The Panama free-trade agreement was initially negotiated by the administration of President George W. Bush, but it stalled in Congress — along with separate
trade pacts with South Korea and Colombia — amid concerns among lawmakers over various provisions.


In 2010, the Obama administration moved to resurrect the deals by obtaining additional provisions in each to win congressional support. Critics of the Panama
deal had warned the administration about entering into an economic arrangement with a nation with a history of shady offshore tax shelters where large
corporations and powerful foreign leaders allegedly stashed hundreds of millions of dollars.

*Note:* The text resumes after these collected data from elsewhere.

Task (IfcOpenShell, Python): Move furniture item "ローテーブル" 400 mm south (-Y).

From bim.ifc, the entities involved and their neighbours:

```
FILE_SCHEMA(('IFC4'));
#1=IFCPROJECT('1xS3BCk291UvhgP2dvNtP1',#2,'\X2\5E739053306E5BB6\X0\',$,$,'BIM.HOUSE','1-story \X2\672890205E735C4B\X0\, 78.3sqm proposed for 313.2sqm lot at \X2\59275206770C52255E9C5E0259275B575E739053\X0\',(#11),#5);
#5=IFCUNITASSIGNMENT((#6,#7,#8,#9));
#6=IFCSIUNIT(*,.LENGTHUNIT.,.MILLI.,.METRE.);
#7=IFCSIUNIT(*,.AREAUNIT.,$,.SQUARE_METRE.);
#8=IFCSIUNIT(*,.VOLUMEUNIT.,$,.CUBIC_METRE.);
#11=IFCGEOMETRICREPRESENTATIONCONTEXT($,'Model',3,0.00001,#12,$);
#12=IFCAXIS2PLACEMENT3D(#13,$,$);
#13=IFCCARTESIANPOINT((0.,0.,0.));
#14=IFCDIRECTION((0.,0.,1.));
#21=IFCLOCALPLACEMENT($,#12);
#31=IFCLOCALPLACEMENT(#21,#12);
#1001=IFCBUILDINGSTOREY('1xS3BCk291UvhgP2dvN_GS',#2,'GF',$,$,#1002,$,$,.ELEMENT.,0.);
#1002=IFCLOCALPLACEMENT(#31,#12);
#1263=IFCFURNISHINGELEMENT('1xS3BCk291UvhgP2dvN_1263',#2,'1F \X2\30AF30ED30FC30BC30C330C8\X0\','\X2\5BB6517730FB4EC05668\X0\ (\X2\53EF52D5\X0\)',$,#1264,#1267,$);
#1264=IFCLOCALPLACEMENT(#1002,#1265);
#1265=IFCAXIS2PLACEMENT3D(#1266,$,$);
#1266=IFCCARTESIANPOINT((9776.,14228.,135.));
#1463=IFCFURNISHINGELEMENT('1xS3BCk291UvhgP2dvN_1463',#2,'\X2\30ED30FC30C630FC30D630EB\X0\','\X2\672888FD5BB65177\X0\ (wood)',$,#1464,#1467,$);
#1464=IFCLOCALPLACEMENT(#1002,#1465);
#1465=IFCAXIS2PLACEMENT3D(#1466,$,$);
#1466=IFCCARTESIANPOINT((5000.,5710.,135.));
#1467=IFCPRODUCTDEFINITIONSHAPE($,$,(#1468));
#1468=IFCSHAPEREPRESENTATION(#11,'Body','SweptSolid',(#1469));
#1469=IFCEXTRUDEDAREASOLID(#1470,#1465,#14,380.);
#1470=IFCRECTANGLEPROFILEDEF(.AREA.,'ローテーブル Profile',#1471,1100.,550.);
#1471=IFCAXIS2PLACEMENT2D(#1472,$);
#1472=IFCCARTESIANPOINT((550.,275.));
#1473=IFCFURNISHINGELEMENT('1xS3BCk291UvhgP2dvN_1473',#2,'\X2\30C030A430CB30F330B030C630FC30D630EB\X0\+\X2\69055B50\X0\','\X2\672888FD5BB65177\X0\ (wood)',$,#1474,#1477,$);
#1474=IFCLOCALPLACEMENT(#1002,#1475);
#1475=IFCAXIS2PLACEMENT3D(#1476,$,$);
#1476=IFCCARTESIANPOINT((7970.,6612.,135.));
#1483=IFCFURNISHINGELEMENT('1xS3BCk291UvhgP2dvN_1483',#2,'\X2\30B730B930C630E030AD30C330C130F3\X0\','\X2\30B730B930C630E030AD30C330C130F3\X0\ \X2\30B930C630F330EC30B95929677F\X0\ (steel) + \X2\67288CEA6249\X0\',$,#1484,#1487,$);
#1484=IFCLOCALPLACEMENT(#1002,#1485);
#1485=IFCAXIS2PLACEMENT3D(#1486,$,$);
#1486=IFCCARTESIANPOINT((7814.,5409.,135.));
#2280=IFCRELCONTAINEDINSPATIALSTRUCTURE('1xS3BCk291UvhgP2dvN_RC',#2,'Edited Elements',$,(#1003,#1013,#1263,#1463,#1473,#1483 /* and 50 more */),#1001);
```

```python
import ifcopenshell
import ifcopenshell.api.geometry
import ifcopenshell.util.placement
import ifcopenshell.util.unit

model = ifcopenshell.open("bim.ifc")
unit_scale = ifcopenshell.util.unit.calculate_unit_scale(model)

item = model.by_guid("1xS3BCk291UvhgP2dvN_1463")
matrix = ifcopenshell.util.placement.get_local_placement(item.ObjectPlacement)
matrix[1, 3] -= 0.4 / unit_scale
ifcopenshell.api.geometry.edit_object_placement(model, product=item, matrix=matrix, is_si=False)

print(ifcopenshell.util.placement.get_local_placement(item.ObjectPlacement).round(3) + 0.0)

model.write("bim_edited.ifc")
```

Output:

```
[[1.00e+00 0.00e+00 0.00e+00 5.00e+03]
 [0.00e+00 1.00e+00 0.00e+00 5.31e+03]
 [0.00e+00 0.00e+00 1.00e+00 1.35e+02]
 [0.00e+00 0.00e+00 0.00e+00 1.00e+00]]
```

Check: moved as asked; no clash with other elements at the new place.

Panama had refused since 2002 to sign a financial-transparency treaty known as a tax information exchange agreement (TIEA) with the United States.
In a Senate floor speech on Oct. 12, 2011, ahead of a vote on the Panama trade deal, Sanders denounced the pact, highlighting Panama’s tax-shelter system
and arguing that the free-trade agreement would “make a bad situation much worse” by barring the United States “from cracking down on illegal and abusive
offshore tax havens.”

Later that day, Congress approved the Panama deal, along with the pacts with South Korea and Colombia, which also underwent changes negotiated by the
Obama administration.

Supporters of the Panama trade deal said Thursday that critics, including Sanders, had misstated several key facts.
The Obama administration, with support from congressional Democrats, informed Panamanian negotiators that the deal would not move forward until they
agreed to a separate provision binding them to sign and implement the unrelated TIEA treaty.

Such a move, according to administration officials, was virtually unprecedented, because free-trade deals do not typically address tax issues or monetary
policy, normally the province of the Treasury Department.

“It’s a great sound bite, but the arguments don’t hold up,” said Miriam Sapiro, who served as deputy U.S. trade representative from 2009 to 2014.
Trade advocates suggested that Sanders, whose campaign posted a video of his 2011 floor speech on its website, was politicizing the issue. In recent weeks,
Clinton has tried to tie herself closer to Obama’s policies on gun control and education, but she has attempted to move to the left on trade and announced her
opposition to the Pacific Rim deal that she touted while serving as the nation’s top diplomat.

“Senator Sanders has it backwards,” Levin and his brother, former Democratic senator Carl Levin (Mich.), said in a statement Thursday. “We in Congress used
the negotiations on the Panama [deal] as leverage.”

The agreement, they added, gives the Internal Revenue Service “critical tools to go after U.S. tax cheats who use Panama.”
But Wallach, the consumer advocate, said the Obama administration did not push hard enough. The financial-transparency treaty, she said, “requires someone
in the U.S. to know what to ask for. It’s not like in Canada, where a financial transaction is automatically reported.”

She said that the trade talks were “a potential opportunity, and if Panama really wanted that opportunity, the administration should have said, ‘These are the
things you must do if you really want it and your government is interested enough to change some of this.’ But they didn’t even ask those things.”